# Exercise data
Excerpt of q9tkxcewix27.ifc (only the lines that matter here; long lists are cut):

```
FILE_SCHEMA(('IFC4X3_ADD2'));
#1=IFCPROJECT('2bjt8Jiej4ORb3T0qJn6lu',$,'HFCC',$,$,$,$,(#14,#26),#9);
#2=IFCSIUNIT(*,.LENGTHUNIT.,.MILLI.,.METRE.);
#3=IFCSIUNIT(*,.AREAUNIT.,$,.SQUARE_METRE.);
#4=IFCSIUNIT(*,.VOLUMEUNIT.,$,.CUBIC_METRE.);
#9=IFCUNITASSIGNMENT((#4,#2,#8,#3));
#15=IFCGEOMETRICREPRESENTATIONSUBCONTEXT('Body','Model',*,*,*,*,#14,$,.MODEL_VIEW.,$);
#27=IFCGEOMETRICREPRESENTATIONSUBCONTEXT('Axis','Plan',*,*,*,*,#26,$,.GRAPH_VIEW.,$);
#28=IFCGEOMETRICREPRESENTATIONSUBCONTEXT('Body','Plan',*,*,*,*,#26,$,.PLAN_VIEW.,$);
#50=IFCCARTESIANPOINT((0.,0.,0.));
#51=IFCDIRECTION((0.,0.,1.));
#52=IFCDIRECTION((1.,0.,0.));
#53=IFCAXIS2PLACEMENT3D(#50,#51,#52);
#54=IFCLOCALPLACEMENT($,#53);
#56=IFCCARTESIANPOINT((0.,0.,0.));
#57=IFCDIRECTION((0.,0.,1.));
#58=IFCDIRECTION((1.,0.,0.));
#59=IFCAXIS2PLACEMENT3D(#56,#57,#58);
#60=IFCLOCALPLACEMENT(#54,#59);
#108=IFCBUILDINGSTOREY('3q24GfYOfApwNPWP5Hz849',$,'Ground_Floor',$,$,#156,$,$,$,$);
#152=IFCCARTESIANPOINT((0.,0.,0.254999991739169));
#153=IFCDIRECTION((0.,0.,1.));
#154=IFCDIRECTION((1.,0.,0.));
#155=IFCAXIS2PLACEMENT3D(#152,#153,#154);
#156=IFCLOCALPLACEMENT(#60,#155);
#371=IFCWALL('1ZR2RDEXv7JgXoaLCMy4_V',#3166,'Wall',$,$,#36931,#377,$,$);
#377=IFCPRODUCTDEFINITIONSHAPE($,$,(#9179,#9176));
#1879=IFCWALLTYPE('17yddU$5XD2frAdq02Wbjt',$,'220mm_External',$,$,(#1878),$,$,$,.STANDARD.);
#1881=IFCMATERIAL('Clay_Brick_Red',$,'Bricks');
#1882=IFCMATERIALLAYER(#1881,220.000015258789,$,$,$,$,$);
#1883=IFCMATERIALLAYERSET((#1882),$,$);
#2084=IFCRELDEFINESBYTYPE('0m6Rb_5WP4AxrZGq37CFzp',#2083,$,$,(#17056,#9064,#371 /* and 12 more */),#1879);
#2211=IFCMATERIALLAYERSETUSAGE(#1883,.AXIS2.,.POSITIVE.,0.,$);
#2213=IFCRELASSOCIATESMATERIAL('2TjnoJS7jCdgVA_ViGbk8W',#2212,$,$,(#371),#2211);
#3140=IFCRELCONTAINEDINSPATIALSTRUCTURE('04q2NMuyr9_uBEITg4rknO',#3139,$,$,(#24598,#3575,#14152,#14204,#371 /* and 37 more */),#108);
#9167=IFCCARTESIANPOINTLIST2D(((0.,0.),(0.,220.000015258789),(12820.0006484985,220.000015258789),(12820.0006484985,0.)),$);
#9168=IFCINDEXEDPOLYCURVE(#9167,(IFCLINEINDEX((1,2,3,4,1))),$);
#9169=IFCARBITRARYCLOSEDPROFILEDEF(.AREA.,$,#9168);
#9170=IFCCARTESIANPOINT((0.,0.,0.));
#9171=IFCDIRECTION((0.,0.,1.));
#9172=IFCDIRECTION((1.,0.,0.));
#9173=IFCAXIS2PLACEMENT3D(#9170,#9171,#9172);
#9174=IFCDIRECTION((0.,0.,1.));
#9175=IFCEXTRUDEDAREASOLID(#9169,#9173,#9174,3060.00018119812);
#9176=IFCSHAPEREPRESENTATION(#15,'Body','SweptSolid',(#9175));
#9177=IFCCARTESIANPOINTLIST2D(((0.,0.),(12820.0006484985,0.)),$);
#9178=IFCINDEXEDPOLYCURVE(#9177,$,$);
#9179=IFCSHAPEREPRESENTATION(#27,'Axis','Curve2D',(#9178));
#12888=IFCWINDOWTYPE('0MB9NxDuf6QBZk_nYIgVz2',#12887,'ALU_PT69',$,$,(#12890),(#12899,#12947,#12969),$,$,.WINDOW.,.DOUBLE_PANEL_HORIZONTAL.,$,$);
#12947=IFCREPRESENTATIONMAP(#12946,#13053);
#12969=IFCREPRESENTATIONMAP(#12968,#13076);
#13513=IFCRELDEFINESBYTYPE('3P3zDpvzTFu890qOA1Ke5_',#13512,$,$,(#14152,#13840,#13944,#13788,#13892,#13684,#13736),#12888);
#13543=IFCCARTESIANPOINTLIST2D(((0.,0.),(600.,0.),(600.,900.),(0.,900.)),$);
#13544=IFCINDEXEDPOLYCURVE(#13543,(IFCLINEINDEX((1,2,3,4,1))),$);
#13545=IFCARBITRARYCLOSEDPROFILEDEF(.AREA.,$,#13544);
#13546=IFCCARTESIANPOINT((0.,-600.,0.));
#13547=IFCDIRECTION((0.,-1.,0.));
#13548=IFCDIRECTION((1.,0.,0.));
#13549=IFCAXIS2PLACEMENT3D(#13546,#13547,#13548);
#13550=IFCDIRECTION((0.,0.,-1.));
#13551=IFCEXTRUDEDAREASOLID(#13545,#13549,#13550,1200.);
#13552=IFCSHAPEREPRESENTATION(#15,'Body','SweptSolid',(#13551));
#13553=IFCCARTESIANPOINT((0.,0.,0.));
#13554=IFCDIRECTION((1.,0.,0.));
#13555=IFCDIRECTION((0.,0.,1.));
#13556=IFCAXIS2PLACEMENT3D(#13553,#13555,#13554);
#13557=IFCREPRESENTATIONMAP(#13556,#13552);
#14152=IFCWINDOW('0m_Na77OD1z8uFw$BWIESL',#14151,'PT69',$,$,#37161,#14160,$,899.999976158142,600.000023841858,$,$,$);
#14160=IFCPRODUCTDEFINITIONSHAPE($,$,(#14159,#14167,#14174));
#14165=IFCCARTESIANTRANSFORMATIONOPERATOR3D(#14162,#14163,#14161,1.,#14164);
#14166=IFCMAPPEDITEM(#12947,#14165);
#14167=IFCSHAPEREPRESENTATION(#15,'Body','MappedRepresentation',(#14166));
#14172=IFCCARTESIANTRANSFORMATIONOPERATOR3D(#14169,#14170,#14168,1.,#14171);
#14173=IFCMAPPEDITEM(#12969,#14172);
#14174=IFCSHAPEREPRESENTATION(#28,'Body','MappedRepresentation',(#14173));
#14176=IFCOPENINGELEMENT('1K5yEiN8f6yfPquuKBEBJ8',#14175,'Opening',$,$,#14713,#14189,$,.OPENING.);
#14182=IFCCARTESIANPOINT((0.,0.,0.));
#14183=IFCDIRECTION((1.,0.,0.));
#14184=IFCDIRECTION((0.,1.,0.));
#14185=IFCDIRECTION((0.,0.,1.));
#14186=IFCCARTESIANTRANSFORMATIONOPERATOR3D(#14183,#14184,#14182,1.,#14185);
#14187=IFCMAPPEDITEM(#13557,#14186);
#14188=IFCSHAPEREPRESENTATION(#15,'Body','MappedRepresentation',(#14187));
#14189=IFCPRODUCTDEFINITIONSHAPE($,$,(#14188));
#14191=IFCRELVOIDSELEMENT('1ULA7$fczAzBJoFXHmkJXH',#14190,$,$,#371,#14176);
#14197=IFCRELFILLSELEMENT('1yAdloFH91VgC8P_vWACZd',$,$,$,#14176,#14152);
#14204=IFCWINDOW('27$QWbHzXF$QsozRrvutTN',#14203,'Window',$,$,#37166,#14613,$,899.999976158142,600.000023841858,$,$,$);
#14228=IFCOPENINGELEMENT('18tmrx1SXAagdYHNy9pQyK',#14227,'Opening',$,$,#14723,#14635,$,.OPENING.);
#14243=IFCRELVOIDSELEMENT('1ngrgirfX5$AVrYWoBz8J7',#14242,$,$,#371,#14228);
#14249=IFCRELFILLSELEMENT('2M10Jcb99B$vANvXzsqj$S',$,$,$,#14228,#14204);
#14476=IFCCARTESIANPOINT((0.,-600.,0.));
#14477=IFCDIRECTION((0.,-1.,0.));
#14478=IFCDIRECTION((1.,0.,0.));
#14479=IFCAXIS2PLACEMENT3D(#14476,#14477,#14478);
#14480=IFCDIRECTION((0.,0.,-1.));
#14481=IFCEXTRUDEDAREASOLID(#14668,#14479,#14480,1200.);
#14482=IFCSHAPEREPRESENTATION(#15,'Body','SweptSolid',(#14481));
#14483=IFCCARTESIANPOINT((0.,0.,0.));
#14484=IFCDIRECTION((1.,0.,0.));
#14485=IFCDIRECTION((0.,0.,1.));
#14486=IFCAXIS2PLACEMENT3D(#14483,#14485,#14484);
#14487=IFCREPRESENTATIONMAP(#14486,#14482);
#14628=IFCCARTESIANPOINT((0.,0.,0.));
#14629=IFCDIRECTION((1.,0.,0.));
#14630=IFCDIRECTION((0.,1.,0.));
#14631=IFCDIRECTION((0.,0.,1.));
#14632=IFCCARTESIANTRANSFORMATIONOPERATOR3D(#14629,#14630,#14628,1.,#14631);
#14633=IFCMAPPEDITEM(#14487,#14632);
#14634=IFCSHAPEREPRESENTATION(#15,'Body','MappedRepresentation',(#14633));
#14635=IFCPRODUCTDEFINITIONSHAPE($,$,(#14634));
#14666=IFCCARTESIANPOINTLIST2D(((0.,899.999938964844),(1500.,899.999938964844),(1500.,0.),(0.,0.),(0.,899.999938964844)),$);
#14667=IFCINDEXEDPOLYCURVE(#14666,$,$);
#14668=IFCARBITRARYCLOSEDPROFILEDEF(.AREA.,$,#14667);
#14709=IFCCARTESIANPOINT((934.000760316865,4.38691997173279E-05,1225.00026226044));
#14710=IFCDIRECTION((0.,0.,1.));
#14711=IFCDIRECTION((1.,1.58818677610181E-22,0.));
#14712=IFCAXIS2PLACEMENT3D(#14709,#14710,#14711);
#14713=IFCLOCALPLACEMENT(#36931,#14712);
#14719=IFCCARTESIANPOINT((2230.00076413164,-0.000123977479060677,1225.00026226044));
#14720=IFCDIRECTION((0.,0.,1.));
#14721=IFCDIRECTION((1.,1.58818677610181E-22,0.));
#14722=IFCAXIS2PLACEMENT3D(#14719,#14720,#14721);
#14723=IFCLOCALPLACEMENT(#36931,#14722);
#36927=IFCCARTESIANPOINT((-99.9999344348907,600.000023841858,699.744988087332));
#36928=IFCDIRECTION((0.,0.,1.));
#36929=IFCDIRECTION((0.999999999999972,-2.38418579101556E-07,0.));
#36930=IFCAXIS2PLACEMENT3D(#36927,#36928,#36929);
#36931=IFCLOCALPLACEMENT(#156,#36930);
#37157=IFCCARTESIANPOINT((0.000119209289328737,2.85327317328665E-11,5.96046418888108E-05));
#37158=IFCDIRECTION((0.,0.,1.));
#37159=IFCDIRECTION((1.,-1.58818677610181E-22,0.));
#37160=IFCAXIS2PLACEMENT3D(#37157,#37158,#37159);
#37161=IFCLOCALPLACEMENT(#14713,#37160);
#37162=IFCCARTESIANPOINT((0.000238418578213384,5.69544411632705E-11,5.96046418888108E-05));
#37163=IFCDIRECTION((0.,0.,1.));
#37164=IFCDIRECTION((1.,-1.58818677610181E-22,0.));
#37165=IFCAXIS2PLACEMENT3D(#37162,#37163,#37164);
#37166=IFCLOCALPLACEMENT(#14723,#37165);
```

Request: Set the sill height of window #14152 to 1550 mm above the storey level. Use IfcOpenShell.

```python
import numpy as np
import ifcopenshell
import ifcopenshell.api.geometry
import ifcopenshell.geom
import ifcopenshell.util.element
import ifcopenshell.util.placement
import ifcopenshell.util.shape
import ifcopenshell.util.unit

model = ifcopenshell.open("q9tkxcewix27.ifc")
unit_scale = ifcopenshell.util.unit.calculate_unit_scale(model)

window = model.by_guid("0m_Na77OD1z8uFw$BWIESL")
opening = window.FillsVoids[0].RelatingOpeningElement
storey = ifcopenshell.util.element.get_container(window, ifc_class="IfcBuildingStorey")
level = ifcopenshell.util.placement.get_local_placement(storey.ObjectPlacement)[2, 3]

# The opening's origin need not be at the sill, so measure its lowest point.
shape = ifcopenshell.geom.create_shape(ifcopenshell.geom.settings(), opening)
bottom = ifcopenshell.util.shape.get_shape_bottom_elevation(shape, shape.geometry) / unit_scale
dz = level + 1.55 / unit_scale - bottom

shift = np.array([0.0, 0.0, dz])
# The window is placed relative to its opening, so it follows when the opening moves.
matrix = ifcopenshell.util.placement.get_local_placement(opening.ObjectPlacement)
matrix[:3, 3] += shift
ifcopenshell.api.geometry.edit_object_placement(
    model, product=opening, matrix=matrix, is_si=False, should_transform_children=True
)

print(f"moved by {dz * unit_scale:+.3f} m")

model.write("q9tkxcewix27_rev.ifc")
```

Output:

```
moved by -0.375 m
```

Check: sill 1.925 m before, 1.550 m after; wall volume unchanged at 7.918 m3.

# What the task asks
Wherever the string "IFCOPENINGELEMENT" occurs in the records, copy the line it is in.

# Response box
#14176=IFCOPENINGELEMENT('1K5yEiN8f6yfPquuKBEBJ8',#14175,'Opening',$,$,#14713,#14189,$,.OPENING.);
#14228=IFCOPENINGELEMENT('18tmrx1SXAagdYHNy9pQyK',#14227,'Opening',$,$,#14723,#14635,$,.OPENING.);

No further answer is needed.